Develop SDV applications to interact with your ECUs

In this tutorial, we’ll walk you through a simple yet illustrative example: creating and deploying a simple LED blinking application to an ECU.

Before going into the coding and deployment, you could explore the digital.auto ecosystem to better understand the capabilities and features of dreamKIT. For a preview of what our team has done with the dreamKIT, please watch our videos. These resources provide you with insights and inspiration for your projects.

Prerequisites

To better follow the guide, you should:

  • Have successfully connected your ECUs to the dreamKIT via the CAN ports. The tutorial for making connections with ECUs is here.
  • Have a playground.digital.auto account (refer to the link here to sign up) and familiarize yourself with the playground platform.
  • Look through the tutorial Create ‘Hello World’ Prototype to understand more about how to create a prototype on our playground platform.

    Note: If you have any problem doing this tutorial, please don’t hesitate to contact us for assistance.

What You Will Achieve

By the end of this guide, you will understand how to develop and deploy an SDV application to your ECU. You will soon be able to create more SDV applications and showcase them with your ECU.

Let’s get started and turn your ideas into reality with the dreamKIT! dreamKIT

1. Mapping VSS to DBC signals

In this section, we are going to utilize the digital.auto playground platform to help us deploy the VSS to DBC signals mapping. Our SDV application written on the digital.auto playground interacts with the Vehicle Signal Specification (VSS), while our automotive ECU operates with the database CAN (DBC) signals. The mapping action allows the ECU to understand, and be able to perform your application.

1.1. A quick look to the VSS signals

As can be noticed on the list view, there are actuator and sensor signal types: api-mapping-list-view

  • Sensor type: these are signals to get values of properties in a vehicle.
  • Actuator type: are signals used to set the value of a property.

Paying attention to the VSS and DBC mapping direction is essential during application development. VSS2DBC is the actuating (set) direction, while DBC2VSS is the sensing (get) direction.

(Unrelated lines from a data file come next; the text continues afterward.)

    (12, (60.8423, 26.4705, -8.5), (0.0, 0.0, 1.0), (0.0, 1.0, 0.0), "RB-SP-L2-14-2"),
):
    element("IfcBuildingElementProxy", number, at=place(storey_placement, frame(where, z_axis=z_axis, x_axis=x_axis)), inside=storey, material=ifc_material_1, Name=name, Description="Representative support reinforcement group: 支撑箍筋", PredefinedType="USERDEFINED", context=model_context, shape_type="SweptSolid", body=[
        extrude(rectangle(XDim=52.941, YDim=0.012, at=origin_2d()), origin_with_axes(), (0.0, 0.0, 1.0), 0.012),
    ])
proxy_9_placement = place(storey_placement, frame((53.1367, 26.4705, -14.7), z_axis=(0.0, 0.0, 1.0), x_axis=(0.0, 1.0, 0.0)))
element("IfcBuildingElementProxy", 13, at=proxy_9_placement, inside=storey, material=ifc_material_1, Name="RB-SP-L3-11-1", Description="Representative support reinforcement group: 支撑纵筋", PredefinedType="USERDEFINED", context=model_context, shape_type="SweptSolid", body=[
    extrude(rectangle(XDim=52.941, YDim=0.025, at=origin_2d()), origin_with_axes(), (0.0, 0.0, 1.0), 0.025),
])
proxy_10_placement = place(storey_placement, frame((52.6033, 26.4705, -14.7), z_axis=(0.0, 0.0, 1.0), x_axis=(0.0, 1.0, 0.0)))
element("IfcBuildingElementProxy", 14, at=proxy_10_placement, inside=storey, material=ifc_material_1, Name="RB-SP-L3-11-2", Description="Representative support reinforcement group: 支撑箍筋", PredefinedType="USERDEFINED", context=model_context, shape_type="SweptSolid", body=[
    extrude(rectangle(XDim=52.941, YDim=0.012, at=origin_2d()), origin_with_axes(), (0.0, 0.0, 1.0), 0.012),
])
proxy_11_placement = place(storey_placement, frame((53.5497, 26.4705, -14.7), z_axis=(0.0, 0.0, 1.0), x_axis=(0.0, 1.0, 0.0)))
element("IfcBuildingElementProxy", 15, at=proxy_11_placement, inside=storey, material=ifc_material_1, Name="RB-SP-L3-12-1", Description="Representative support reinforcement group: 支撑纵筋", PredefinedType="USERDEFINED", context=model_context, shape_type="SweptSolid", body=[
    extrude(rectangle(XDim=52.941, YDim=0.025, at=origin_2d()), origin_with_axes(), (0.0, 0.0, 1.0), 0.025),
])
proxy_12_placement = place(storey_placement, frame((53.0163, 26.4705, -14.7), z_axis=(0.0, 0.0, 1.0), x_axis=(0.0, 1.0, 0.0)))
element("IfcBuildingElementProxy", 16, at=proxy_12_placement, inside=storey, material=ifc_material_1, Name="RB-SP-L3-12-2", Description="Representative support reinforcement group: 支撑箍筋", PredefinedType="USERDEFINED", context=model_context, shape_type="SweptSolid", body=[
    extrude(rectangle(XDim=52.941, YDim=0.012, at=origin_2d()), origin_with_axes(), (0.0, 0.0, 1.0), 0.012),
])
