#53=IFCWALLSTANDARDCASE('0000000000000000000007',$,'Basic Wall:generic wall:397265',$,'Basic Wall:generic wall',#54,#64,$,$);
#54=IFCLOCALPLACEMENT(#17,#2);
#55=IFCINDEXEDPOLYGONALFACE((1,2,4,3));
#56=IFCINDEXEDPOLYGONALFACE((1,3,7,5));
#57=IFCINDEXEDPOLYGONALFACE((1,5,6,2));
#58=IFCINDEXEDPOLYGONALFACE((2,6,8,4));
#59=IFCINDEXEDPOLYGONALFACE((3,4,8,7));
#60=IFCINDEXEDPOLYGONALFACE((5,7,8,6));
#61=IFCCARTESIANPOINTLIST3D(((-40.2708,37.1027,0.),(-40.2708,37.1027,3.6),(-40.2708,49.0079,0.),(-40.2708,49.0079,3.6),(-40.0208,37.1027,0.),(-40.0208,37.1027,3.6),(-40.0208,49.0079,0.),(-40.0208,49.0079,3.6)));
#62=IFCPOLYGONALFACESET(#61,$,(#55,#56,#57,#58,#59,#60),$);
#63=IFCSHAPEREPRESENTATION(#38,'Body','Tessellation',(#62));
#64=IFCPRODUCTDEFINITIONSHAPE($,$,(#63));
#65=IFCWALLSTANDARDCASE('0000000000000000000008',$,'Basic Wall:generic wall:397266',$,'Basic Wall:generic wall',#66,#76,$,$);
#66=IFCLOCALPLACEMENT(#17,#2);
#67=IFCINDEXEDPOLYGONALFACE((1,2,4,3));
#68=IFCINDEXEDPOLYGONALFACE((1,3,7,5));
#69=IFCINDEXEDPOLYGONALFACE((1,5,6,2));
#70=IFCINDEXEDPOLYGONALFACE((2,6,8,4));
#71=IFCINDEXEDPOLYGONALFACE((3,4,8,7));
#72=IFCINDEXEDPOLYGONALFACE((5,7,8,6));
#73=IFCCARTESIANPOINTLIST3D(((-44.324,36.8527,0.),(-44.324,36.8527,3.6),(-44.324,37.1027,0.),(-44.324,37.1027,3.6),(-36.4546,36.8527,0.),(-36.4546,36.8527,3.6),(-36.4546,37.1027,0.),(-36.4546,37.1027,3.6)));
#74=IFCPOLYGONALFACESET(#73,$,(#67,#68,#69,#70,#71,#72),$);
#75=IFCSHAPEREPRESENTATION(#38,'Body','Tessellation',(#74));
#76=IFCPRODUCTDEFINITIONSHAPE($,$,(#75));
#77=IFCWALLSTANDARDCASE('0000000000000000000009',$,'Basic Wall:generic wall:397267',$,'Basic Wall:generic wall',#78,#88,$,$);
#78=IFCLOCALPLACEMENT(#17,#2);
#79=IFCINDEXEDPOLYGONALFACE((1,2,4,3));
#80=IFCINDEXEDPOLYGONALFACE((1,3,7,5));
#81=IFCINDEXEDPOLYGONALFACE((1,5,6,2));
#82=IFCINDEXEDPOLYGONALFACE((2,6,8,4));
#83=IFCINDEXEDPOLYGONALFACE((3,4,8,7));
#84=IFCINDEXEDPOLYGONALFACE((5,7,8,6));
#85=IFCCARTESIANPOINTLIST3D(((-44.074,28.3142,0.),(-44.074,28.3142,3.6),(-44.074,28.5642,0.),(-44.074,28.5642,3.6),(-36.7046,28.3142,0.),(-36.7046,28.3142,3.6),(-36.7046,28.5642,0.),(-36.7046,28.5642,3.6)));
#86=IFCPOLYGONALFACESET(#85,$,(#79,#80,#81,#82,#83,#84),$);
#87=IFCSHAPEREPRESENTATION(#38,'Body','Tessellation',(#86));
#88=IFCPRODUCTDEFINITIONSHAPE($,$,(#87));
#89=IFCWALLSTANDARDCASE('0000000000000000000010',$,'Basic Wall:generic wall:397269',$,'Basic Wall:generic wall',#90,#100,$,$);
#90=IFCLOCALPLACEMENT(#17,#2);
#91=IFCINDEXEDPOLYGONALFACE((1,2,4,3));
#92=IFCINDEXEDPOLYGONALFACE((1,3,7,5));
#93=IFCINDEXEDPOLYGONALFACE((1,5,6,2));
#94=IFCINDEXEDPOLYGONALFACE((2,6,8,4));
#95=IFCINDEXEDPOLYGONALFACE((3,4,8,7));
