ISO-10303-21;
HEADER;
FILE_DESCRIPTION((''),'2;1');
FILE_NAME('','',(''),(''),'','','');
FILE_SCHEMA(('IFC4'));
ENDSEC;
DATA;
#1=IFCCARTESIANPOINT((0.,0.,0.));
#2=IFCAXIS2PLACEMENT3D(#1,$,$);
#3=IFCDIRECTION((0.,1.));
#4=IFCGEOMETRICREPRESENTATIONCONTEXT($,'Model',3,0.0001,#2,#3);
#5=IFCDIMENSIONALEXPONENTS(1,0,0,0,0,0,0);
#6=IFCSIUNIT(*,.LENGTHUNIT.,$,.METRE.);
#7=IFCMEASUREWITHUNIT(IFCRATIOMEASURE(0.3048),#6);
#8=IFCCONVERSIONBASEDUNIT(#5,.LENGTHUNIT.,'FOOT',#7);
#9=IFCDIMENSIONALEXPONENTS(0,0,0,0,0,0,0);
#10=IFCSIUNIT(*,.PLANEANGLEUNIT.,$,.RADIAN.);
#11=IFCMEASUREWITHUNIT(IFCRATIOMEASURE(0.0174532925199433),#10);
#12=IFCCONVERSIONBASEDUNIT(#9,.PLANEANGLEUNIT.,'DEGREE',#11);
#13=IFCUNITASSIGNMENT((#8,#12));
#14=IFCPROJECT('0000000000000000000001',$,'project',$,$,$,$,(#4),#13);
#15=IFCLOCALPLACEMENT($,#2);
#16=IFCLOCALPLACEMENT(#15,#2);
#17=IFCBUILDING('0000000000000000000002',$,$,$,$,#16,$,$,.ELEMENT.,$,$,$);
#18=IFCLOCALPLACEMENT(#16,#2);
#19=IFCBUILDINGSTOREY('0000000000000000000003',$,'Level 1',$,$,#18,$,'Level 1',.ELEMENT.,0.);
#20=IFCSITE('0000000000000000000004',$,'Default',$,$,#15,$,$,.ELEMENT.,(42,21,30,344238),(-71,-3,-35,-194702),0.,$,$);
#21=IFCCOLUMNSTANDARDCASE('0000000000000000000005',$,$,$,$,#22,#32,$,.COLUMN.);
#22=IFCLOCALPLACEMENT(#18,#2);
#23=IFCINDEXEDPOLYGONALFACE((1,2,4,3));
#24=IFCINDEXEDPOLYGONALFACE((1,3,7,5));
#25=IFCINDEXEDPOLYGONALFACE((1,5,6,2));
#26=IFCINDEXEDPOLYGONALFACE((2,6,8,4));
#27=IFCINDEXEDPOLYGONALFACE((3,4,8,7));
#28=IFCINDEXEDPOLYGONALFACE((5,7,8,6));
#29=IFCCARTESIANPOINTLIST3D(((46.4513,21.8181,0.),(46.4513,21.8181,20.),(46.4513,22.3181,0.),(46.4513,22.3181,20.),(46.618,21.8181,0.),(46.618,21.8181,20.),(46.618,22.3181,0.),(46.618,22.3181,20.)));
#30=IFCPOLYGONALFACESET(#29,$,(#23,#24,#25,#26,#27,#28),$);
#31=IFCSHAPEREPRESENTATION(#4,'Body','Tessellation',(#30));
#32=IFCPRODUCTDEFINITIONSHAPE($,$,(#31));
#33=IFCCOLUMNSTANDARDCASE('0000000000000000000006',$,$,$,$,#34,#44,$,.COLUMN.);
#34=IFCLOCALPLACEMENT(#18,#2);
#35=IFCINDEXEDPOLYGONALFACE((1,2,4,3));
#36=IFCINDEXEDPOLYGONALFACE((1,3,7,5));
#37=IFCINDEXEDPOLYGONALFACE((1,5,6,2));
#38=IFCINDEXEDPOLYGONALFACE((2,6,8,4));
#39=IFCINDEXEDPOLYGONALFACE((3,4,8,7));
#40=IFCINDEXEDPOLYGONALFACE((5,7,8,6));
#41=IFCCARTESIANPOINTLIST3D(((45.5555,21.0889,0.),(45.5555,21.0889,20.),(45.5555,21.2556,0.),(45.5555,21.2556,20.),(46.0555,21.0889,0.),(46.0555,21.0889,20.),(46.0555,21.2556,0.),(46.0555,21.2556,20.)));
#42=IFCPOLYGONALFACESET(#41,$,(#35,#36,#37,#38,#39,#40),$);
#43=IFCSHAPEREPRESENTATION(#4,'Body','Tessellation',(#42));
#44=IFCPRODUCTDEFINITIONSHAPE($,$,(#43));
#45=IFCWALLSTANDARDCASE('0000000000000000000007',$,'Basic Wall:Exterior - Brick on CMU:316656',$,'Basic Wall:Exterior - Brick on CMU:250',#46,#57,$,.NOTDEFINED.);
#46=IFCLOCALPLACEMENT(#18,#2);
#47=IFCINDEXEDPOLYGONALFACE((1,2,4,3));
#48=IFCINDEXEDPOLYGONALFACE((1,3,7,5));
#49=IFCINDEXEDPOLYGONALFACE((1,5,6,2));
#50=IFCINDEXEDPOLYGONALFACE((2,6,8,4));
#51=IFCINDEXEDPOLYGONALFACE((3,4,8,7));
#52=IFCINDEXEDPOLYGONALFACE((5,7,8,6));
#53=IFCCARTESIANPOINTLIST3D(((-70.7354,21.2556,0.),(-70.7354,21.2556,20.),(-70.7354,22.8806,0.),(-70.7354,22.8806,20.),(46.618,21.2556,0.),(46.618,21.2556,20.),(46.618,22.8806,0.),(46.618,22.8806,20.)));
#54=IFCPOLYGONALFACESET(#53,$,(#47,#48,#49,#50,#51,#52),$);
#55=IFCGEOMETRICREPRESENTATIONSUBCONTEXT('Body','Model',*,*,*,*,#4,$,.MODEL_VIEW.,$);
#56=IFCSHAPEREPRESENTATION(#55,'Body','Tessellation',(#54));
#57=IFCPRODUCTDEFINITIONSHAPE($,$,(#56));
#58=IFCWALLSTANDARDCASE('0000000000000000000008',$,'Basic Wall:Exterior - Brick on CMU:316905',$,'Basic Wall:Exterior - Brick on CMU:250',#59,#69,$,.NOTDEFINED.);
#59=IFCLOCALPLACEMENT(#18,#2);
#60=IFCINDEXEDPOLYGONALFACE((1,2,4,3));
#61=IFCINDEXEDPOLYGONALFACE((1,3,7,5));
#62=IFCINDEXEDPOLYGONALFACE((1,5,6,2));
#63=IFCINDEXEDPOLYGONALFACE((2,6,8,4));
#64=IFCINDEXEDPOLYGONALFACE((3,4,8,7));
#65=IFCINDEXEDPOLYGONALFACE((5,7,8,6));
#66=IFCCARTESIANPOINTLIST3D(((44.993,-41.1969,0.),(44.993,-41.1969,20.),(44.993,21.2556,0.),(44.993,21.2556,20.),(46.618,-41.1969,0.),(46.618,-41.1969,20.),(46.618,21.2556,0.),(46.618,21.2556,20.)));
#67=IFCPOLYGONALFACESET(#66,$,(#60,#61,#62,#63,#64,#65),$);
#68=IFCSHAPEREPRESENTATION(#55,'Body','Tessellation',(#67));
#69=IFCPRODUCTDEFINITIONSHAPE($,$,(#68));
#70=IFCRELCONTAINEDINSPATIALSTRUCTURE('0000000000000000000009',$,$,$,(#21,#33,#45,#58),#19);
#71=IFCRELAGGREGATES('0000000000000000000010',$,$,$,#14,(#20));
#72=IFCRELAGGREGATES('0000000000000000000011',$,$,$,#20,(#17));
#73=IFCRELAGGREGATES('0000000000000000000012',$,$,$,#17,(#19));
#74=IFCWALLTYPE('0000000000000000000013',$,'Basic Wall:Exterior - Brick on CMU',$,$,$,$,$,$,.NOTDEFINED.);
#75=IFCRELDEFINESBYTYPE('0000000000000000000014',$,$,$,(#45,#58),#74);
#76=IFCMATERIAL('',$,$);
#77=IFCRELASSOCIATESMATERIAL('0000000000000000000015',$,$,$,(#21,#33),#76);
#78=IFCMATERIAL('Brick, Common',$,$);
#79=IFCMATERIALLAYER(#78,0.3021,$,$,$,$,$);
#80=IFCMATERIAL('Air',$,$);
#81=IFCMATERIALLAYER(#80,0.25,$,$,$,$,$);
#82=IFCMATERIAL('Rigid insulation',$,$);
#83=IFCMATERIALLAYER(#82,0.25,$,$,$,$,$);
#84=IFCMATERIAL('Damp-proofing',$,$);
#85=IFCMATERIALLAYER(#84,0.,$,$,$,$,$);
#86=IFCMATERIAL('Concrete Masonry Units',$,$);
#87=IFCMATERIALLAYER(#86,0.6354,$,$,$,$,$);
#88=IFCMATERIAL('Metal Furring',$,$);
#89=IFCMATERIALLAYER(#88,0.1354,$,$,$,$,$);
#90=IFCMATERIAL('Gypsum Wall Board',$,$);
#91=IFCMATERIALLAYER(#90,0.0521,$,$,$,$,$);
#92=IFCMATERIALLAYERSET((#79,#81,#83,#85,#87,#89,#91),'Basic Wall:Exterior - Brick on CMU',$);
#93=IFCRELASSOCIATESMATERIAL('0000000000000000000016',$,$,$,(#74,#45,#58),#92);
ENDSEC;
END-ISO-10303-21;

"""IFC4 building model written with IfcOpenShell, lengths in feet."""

from ifc_helpers import new_model, entity, si_unit, converted_unit, direction, frame, frame_2d, origin, place, context, subcontext, project, spatial, rectangle, extrude, material, layer, layer_set, layer_usage, type_object, element, save


model = new_model("IFC4")

# Units and contexts
model_context = context("Model", 3, precision=0.0001, world=origin(), true_north=direction((0.0, 1.0)))
body_context = subcontext(model_context, "Body", "Model", "MODEL_VIEW")
ifc_project = project(units=[converted_unit("LENGTHUNIT", "FOOT", entity("IfcRatioMeasure", 0.3048), si_unit("LENGTHUNIT", "METRE"), dimensions=[1, 0, 0, 0, 0, 0, 0]), converted_unit("PLANEANGLEUNIT", "DEGREE", entity("IfcRatioMeasure", 0.0174532925199433), si_unit("PLANEANGLEUNIT", "RADIAN"), dimensions=[0, 0, 0, 0, 0, 0, 0])], contexts=[model_context])

# Site, building, storey
site_placement = place(None, origin())
site = spatial("IfcSite", under=ifc_project, at=site_placement, Name="Default", CompositionType="ELEMENT", RefLatitude=(42, 21, 30, 344238), RefLongitude=(-71, -3, -35, -194702), RefElevation=0.0)
building_placement = place(site_placement, origin())
building = spatial("IfcBuilding", under=site, at=building_placement, CompositionType="ELEMENT")
storey_placement = place(building_placement, origin())
storey = spatial("IfcBuildingStorey", under=building, at=storey_placement, Name="Level 1", LongName="Level 1", CompositionType="ELEMENT", Elevation=0.0)

# Columns
ifc_material_1 = material(Name="")
wall_1_placement = place(storey_placement, frame((46.618, 22.0681, 0.0), z_axis=(0.0, 0.0, 1.0), x_axis=(-1.0, 0.0, 0.0)))
for number, where, z_axis, x_axis in (
    (1, (0.0833, 0.0, 0.0), (0.0, 0.0, 1.0), (1.0, 0.0, 0.0)),
):
    element("IfcColumnStandardCase", number, at=place(wall_1_placement, frame(where, z_axis=z_axis, x_axis=x_axis)), inside=storey, material=ifc_material_1, PredefinedType="COLUMN", context=model_context, shape_type="SweptSolid", body=[
        extrude(rectangle(XDim=0.1667, YDim=0.5), origin(), (0.0, 0.0, 1.0), 20.0),
    ])
wall_2_placement = place(storey_placement, frame((45.8055, 21.2556, 0.0), z_axis=(0.0, 0.0, 1.0), x_axis=(0.0, -1.0, 0.0)))
for number, where, z_axis, x_axis in (
    (2, (0.0833, 0.0, 0.0), (0.0, 0.0, 1.0), (1.0, 0.0, 0.0)),
):
    element("IfcColumnStandardCase", number, at=place(wall_2_placement, frame(where, z_axis=z_axis, x_axis=x_axis)), inside=storey, material=ifc_material_1, PredefinedType="COLUMN", context=model_context, shape_type="SweptSolid", body=[
        extrude(rectangle(XDim=0.1667, YDim=0.5), origin(), (0.0, 0.0, 1.0), 20.0),
    ])

# Walls
ifc_material_2 = material(Name="Brick, Common")
ifc_layer_1 = layer(ifc_material_2, 0.3021)
ifc_material_3 = material(Name="Air")
ifc_layer_2 = layer(ifc_material_3, 0.25)
ifc_material_4 = material(Name="Rigid insulation")
ifc_layer_3 = layer(ifc_material_4, 0.25)
ifc_material_5 = material(Name="Damp-proofing")
ifc_layer_4 = layer(ifc_material_5, 0.0)
ifc_material_6 = material(Name="Concrete Masonry Units")
ifc_layer_5 = layer(ifc_material_6, 0.6354)
ifc_material_7 = material(Name="Metal Furring")
ifc_layer_6 = layer(ifc_material_7, 0.1354)
ifc_material_8 = material(Name="Gypsum Wall Board")
ifc_layer_7 = layer(ifc_material_8, 0.0521)
ifc_layer_set = layer_set([ifc_layer_1, ifc_layer_2, ifc_layer_3, ifc_layer_4, ifc_layer_5, ifc_layer_6, ifc_layer_7], Name="Basic Wall:Exterior - Brick on CMU")
ifc_layer_usage_1 = layer_usage(ifc_layer_set, "AXIS2", "NEGATIVE", 0.8125)
wall_type = type_object("IfcWallType", Name="Basic Wall:Exterior - Brick on CMU", PredefinedType="NOTDEFINED", material=ifc_layer_set)
element("IfcWallStandardCase", 3, at=wall_1_placement, inside=storey, type_object=wall_type, material=ifc_layer_usage_1, Name="Basic Wall:Exterior - Brick on CMU:316656", ObjectType="Basic Wall:Exterior - Brick on CMU:250", PredefinedType="NOTDEFINED", context=body_context, shape_type="SweptSolid", body=[
    extrude(rectangle(XDim=117.3534, YDim=1.625, at=frame_2d((58.6767, 0.0), x_axis=(-1.0, 0.0))), origin(), (0.0, 0.0, 1.0), 20.0),
])
ifc_layer_usage_2 = layer_usage(ifc_layer_set, "AXIS2", "NEGATIVE", 0.8125)
element("IfcWallStandardCase", 4, at=wall_2_placement, inside=storey, type_object=wall_type, material=ifc_layer_usage_2, Name="Basic Wall:Exterior - Brick on CMU:316905", ObjectType="Basic Wall:Exterior - Brick on CMU:250", PredefinedType="NOTDEFINED", context=body_context, shape_type="SweptSolid", body=[
    extrude(rectangle(XDim=62.4525, YDim=1.625, at=frame_2d((31.2263, 0.0), x_axis=(-1.0, 0.0))), origin(), (0.0, 0.0, 1.0), 20.0),
])

save(model, "model.ifc")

1.2. Access the APIs mapping function

For the API Mapping functionality to be available, please request us for the permission. After the edit permission of this function is granted, you can now choose to open the API Mapping tab:

On digital.auto playground platform please access the APIs mapping function by following the steps:

  1. After choosing the dreamKIT model, please click on Vehicle APIs:

playground select vehicle apis function

  1. Click on the API Mapping functionality:

playground api mapping function click

This API Mapping tab will allow you to:

  • Create vehicle signal mapping.
  • Deploying that mapping to dreamKIT.
  • Export and Import mapping configurations.

1.3. Create your signal mapping

Up to this stage, ECU running on CAN cannot understand what to do with the VSS signals sent via the prototype by the playground platform. Your ECU can only understand DBC signals on CAN protocol, so a mapping action is required, to translate the VSS signal to the DBC signal that your ECU can work with.

For example, to control the light on an ECU with the VSS API Vehicle.Body.Lights.IsLowBeamOn, the process is described as the following steps:

  1. Input your ECU information, including ECU Name and the corresponding Alive Message ID (this CAN message ID is unique to your ECU and should be sent periodically from your ECU at the rate of <= 500ms).
  2. Then map the VSS API Vehicle.Body.Lights.IsLowBeamOn with the DBC CAN signal DAS_headlightRequest on your ECU. The direction must be set to VSS2DBC to indicate that we are Actuating the light on the ECU. In case a Sensor signal is needed, DBC2VSS direction must be chosen.
  3. Then follow up by selecting your dreamKIT ID in the list.
  4. Deploy the mapping!

playground signal mapping

A notification will appear if you have successfully deployed the signal mapping to the ECU: playground mapping successful noti

Now the target ECU can understand applications written using the configured VSS signals. The Vehicle.Body.Lights.IsLowBeamOn VSS API is also what we used in the next step of creating the LED Blinking prototype.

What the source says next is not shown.